● **Task instructions**: Which lines in the data below contain the word "IFCPRODUCTDEFINITIONSHAPE"? Return each of them.

● **Source records**:
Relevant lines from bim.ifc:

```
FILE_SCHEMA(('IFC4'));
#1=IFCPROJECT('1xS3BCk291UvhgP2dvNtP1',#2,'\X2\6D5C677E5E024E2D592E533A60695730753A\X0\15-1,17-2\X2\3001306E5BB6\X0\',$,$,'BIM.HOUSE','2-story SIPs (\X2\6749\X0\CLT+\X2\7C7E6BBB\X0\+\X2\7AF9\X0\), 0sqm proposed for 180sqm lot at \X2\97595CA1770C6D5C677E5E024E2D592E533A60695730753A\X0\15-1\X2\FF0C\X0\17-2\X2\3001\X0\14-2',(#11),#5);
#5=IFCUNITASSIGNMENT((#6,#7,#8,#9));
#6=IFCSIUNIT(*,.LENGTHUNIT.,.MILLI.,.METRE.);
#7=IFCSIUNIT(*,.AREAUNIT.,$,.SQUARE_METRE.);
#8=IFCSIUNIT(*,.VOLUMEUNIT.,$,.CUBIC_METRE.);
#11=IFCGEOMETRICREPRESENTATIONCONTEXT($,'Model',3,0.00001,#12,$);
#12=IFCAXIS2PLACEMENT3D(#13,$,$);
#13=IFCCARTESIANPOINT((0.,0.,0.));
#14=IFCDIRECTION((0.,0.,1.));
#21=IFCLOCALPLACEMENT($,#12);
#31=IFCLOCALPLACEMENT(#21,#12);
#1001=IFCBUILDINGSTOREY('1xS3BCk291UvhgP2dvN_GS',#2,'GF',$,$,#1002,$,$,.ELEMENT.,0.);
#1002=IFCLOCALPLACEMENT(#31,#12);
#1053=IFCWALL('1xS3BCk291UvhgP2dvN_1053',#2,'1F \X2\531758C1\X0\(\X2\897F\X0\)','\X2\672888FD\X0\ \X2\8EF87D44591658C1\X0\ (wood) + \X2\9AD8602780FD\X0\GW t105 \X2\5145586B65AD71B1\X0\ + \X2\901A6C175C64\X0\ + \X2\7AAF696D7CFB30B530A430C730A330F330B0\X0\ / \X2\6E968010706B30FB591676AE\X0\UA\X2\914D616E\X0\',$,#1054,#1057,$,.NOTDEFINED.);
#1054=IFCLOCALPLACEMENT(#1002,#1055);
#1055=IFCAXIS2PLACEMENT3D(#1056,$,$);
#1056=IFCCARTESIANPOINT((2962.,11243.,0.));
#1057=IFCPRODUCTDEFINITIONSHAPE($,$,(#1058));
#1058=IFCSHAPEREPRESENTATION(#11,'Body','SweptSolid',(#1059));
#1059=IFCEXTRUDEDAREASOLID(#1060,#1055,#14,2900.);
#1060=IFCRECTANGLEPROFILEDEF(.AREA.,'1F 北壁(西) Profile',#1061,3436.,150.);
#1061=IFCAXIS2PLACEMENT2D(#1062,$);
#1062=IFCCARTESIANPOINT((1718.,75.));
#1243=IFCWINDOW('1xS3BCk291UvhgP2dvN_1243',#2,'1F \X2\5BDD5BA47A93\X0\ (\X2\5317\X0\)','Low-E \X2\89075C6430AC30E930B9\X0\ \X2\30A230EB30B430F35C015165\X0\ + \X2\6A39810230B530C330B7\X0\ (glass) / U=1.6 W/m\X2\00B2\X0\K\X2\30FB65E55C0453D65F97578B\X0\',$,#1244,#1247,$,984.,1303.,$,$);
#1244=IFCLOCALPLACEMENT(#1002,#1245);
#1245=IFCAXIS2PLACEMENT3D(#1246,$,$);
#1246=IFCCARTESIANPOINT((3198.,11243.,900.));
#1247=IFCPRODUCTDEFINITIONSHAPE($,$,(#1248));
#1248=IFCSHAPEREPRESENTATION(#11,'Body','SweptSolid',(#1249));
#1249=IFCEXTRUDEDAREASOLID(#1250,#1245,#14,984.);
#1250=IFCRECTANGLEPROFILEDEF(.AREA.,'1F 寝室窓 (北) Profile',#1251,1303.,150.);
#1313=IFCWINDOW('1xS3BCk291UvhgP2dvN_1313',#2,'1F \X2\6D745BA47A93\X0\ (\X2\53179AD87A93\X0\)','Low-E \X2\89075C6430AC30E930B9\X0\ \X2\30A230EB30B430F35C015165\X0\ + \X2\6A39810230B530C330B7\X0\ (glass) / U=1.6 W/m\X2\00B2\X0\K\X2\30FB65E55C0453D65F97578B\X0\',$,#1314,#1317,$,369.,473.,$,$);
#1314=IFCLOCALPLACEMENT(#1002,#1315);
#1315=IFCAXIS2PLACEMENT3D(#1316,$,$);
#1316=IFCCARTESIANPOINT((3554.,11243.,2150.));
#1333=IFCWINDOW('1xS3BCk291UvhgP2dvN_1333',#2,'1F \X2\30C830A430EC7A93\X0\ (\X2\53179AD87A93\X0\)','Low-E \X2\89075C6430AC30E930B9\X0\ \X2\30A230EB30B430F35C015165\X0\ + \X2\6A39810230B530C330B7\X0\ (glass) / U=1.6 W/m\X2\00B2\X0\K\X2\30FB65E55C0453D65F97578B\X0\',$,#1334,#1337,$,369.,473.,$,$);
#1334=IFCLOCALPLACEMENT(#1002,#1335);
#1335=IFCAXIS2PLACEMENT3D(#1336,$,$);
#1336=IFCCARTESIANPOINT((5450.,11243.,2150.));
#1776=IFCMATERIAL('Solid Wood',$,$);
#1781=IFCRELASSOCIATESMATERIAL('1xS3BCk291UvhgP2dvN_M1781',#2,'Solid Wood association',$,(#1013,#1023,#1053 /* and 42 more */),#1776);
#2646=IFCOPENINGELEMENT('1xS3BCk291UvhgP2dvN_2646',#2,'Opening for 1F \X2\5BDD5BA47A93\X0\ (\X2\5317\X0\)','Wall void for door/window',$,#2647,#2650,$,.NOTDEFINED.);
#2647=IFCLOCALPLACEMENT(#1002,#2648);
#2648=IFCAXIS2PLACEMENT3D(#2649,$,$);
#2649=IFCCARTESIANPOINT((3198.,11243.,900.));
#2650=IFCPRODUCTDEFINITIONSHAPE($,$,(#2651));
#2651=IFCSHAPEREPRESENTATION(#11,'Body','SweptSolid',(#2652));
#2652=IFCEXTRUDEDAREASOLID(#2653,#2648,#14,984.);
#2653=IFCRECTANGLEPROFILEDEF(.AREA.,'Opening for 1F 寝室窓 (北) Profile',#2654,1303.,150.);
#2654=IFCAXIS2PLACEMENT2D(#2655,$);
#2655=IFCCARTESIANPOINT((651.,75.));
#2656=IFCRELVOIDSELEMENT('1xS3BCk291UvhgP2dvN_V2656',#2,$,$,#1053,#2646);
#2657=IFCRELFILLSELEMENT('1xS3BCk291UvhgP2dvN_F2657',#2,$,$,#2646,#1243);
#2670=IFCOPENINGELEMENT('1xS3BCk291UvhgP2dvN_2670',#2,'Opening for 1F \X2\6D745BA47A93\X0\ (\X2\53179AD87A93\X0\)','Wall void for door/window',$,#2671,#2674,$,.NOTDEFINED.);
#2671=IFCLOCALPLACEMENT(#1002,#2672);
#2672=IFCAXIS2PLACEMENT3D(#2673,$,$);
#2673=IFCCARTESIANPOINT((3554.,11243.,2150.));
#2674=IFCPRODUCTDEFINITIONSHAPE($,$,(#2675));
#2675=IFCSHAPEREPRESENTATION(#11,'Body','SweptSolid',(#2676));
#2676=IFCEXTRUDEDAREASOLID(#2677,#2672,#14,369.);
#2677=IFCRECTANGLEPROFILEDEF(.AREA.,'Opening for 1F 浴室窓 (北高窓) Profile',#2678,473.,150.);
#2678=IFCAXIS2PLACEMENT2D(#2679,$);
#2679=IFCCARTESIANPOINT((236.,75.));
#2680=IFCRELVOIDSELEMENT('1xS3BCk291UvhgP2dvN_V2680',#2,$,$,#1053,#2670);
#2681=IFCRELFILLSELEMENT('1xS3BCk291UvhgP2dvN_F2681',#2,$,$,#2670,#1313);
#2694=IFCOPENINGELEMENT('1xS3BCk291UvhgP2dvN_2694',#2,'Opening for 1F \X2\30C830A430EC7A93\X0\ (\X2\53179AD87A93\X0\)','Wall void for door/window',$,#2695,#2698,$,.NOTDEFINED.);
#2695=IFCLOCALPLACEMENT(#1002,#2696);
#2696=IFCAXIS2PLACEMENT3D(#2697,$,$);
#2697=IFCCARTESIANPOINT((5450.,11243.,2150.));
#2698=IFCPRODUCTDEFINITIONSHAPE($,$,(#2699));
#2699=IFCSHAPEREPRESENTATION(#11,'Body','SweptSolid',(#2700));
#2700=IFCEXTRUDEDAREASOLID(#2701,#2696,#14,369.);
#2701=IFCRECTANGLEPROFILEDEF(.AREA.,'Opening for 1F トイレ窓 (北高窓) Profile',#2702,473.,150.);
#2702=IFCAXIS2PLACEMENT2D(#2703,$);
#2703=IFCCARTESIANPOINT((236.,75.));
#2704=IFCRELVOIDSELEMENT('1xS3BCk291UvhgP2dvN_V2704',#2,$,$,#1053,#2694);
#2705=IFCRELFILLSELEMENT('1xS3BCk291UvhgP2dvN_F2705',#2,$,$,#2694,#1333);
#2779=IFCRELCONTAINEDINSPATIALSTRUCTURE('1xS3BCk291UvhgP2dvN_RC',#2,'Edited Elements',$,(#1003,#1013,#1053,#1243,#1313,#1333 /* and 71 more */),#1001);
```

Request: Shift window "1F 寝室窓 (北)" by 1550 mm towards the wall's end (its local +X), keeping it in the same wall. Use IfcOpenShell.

```python
import ifcopenshell
import ifcopenshell.api.geometry
import ifcopenshell.util.placement
import ifcopenshell.util.unit

model = ifcopenshell.open("bim.ifc")
unit_scale = ifcopenshell.util.unit.calculate_unit_scale(model)

window = model.by_guid("1xS3BCk291UvhgP2dvN_1243")
opening = window.FillsVoids[0].RelatingOpeningElement
wall = opening.VoidsElements[0].RelatingBuildingElement

wall_matrix = ifcopenshell.util.placement.get_local_placement(wall.ObjectPlacement)
shift = wall_matrix[:3, 0] * 1.55 / unit_scale
before = ifcopenshell.util.placement.get_local_placement(window.ObjectPlacement)[:3, 3].copy()

# The window is not placed relative to its opening, so move both.
for product in (opening, window):
    matrix = ifcopenshell.util.placement.get_local_placement(product.ObjectPlacement)
    matrix[:3, 3] += shift
    ifcopenshell.api.geometry.edit_object_placement(model, product=product, matrix=matrix, is_si=False)

after = ifcopenshell.util.placement.get_local_placement(window.ObjectPlacement)[:3, 3]
print("window moved by", (after - before).round(3) + 0.0)

model.write("bim_updated.ifc")
```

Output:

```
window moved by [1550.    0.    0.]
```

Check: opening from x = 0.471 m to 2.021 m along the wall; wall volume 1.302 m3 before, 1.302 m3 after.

● **Answer for the task**:
#1057=IFCPRODUCTDEFINITIONSHAPE($,$,(#1058));
#1247=IFCPRODUCTDEFINITIONSHAPE($,$,(#1248));
#2650=IFCPRODUCTDEFINITIONSHAPE($,$,(#2651));
#2674=IFCPRODUCTDEFINITIONSHAPE($,$,(#2675));
#2698=IFCPRODUCTDEFINITIONSHAPE($,$,(#2699));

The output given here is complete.